2. Take a pressure cooker and add rajma and 4 cups of water to it. Let it Pressure cook on a medium flame for about 15 to 20 minutes.
3. Meanwhile, chop the vegetables including onions, tomatoes etc.
4. Open the lid of the cooker once the pressure settles. Check if it is cooked or not. You will get to know that after pressing a bean. If it is not cooked properly, then pressure cook again for a few minutes.
5. Heat oil in a pan and crackle the cumin seeds first. Then, add the onions and saute them till they turn golden brown in colour.
6. Make sure that they don't get burnt. Now add the ginger-garlic-chilli paste and saute for about 5-10 seconds on a low flame.
7. Now, add the tomatoes and saute for about 2 to 3 minutes till the tomatoes turn soft.
8. Add all the spices including turmeric powder, red chilli powder, coriander powder, asafoetida (hing) and garam masala powder. Stir it well.

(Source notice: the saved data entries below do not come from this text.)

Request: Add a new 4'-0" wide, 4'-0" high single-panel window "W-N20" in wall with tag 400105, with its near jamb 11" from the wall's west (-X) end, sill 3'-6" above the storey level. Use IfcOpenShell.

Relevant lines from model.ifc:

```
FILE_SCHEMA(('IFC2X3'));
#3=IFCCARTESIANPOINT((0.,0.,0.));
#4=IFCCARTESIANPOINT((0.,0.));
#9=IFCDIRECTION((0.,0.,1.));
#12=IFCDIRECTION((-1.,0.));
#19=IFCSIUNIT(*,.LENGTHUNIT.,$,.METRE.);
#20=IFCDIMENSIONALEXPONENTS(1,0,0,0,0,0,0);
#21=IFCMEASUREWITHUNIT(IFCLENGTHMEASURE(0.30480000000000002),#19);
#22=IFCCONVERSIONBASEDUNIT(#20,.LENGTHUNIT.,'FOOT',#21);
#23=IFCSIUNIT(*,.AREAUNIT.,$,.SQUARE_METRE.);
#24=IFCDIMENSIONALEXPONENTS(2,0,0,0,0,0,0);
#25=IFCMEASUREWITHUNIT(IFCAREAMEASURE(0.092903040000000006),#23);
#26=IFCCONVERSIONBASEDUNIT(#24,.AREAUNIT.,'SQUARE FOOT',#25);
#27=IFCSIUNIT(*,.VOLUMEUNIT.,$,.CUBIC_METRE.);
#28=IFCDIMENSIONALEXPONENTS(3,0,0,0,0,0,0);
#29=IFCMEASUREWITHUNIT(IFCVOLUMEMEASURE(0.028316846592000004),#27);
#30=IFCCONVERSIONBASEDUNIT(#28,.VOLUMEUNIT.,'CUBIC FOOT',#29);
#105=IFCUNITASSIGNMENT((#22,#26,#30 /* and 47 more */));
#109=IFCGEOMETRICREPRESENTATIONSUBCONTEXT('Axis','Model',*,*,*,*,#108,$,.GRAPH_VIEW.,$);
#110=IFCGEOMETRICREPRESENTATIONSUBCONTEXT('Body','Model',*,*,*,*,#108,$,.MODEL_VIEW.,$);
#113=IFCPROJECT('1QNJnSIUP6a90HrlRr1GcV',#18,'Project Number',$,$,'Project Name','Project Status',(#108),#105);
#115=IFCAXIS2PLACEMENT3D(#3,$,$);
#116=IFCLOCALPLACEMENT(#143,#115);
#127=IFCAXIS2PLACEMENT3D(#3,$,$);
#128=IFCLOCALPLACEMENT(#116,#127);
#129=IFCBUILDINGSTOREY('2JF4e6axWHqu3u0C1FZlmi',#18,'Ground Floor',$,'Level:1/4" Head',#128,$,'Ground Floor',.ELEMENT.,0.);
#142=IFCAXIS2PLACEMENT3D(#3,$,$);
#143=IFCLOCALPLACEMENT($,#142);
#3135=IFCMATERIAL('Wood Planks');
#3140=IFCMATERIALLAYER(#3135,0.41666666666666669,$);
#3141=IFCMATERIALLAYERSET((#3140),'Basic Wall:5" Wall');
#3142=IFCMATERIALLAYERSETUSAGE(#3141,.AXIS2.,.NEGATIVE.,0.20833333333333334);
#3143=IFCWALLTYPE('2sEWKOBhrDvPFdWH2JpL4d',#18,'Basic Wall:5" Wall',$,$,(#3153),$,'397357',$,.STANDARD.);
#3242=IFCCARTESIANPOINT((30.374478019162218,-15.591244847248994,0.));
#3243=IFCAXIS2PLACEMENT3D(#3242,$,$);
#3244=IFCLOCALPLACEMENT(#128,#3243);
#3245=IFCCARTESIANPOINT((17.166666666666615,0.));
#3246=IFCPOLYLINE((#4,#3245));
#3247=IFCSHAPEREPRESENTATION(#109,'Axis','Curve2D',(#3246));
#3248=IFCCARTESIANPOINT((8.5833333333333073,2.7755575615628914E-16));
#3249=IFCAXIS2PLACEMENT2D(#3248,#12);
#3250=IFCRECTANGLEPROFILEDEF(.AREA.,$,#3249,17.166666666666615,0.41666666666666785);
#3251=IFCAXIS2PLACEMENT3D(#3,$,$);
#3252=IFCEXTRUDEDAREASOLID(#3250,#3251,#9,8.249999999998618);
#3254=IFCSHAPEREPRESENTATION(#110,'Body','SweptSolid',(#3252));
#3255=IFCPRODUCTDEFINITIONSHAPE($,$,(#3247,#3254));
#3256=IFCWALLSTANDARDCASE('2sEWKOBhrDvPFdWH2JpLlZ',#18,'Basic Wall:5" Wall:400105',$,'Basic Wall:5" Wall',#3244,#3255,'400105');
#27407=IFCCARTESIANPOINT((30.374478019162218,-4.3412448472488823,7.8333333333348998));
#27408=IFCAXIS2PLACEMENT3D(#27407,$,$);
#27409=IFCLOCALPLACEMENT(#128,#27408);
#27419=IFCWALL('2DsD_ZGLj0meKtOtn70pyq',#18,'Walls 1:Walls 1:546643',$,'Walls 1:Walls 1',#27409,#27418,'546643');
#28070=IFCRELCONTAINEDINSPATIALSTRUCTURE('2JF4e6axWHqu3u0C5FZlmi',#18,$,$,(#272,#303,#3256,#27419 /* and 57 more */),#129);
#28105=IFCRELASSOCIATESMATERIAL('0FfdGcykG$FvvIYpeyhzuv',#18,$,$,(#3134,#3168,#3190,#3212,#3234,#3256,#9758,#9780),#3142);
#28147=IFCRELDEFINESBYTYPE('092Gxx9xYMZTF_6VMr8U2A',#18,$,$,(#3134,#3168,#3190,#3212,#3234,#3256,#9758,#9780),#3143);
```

```python
import numpy as np
import ifcopenshell
import ifcopenshell.api.feature
import ifcopenshell.api.geometry
import ifcopenshell.api.root
import ifcopenshell.api.spatial
import ifcopenshell.api.type
import ifcopenshell.geom
import ifcopenshell.util.element
import ifcopenshell.util.placement
import ifcopenshell.util.representation
import ifcopenshell.util.shape
import ifcopenshell.util.unit

model = ifcopenshell.open("model.ifc")
unit_scale = ifcopenshell.util.unit.calculate_unit_scale(model)
settings = ifcopenshell.geom.settings()


def volume(element):
    """Net volume in cubic metres, openings subtracted."""
    shape = ifcopenshell.geom.create_shape(settings, element)
    return ifcopenshell.util.shape.get_volume(shape.geometry)


wall = model.by_guid("2sEWKOBhrDvPFdWH2JpLlZ")
storey = ifcopenshell.util.element.get_container(wall, ifc_class="IfcBuildingStorey")
context = ifcopenshell.util.representation.get_context(model, "Model", "Body", "MODEL_VIEW")
before = volume(wall)

width, height, from_end, sill = 1.2192, 1.2192, 0.2794, 1.0668  # metres

# The wall runs along its own X axis, and the end named is its -X end.
wall_shape = ifcopenshell.geom.create_shape(settings, wall)
x, y, z = ifcopenshell.util.shape.get_vertices(wall_shape.geometry).T
start = x.min() + from_end
face, thickness = float(y.min()), float(y.max() - y.min())
wall_matrix = ifcopenshell.util.placement.get_local_placement(wall.ObjectPlacement)
level = ifcopenshell.util.placement.get_local_placement(storey.ObjectPlacement)[2, 3]


def in_wall(x, y):
    """Placement at x, y metres in the wall's axes, at sill height."""
    matrix = wall_matrix.copy()
    matrix[:, 3] = wall_matrix @ np.array([x / unit_scale, y / unit_scale, 0.0, 1.0])
    matrix[2, 3] = level + sill / unit_scale
    return matrix


# Opening: a box that overshoots both wall faces by 50 mm.
opening = ifcopenshell.api.root.create_entity(model, ifc_class="IfcOpeningElement")
box = ifcopenshell.api.geometry.add_wall_representation(
    model, context=context, length=width, height=height, thickness=thickness + 0.1
)
ifcopenshell.api.geometry.assign_representation(model, product=opening, representation=box)
ifcopenshell.api.geometry.edit_object_placement(model, product=opening, matrix=in_wall(start, face - 0.05), is_si=False)
ifcopenshell.api.feature.add_feature(model, feature=opening, element=wall)

window = ifcopenshell.api.root.create_entity(model, ifc_class="IfcWindow", name="W-N20")
window.OverallWidth, window.OverallHeight = width / unit_scale, height / unit_scale
body = ifcopenshell.api.geometry.add_window_representation(
    model,
    context=context,
    overall_width=window.OverallWidth,
    overall_height=window.OverallHeight,
    partition_type="SINGLE_PANEL",
)
ifcopenshell.api.geometry.assign_representation(model, product=window, representation=body)
ifcopenshell.api.spatial.assign_container(model, products=[window], relating_structure=storey)
fills = ifcopenshell.api.feature.add_filling(model, opening=opening, element=window)
fills.OwnerHistory = window.OwnerHistory  # required in IFC2X3

# IFC2X3 keeps the operation on the window style.
style = ifcopenshell.api.root.create_entity(model, ifc_class="IfcWindowStyle", name="W-N20")
style.OperationType, style.ConstructionType = "SINGLE_PANEL", "NOTDEFINED"
style.ParameterTakesPrecedence = style.Sizeable = False
ifcopenshell.api.type.assign_type(model, related_objects=[window], relating_type=style)

# Centre the window in the wall's thickness.
ifcopenshell.api.geometry.edit_object_placement(model, product=window, matrix=in_wall(start, face), is_si=False)
window_shape = ifcopenshell.geom.create_shape(settings, window)
depth = ifcopenshell.util.shape.get_vertices(window_shape.geometry)[:, 1]
offset = face + thickness / 2 - (depth.min() + depth.max()) / 2
ifcopenshell.api.geometry.edit_object_placement(model, product=window, matrix=in_wall(start, offset), is_si=False)

after = volume(wall)

print(f"wall volume {before:.3f} -> {after:.3f} m3")

model.write("model_updated.ifc")
```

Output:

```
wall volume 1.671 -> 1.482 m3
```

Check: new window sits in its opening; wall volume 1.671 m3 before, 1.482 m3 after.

9. Use a strainer to remove the beans from the stock and add them to the masala. Now add 1.5 to 2 cups of the stock and add to the rajma.
10. Then add salt and stir the curry. Let it simmer without cover for about 10-12 minutes or more. Make sure the curry thickens a little.
11. Mash some rajma beans using a spoon. When you achieve the consistency you desire, add the Cream and Kasuri methi.
12. Stir and let it simmer for a minute. Switch off the flame. Serve hot with basmati rice, jeera rice or naan.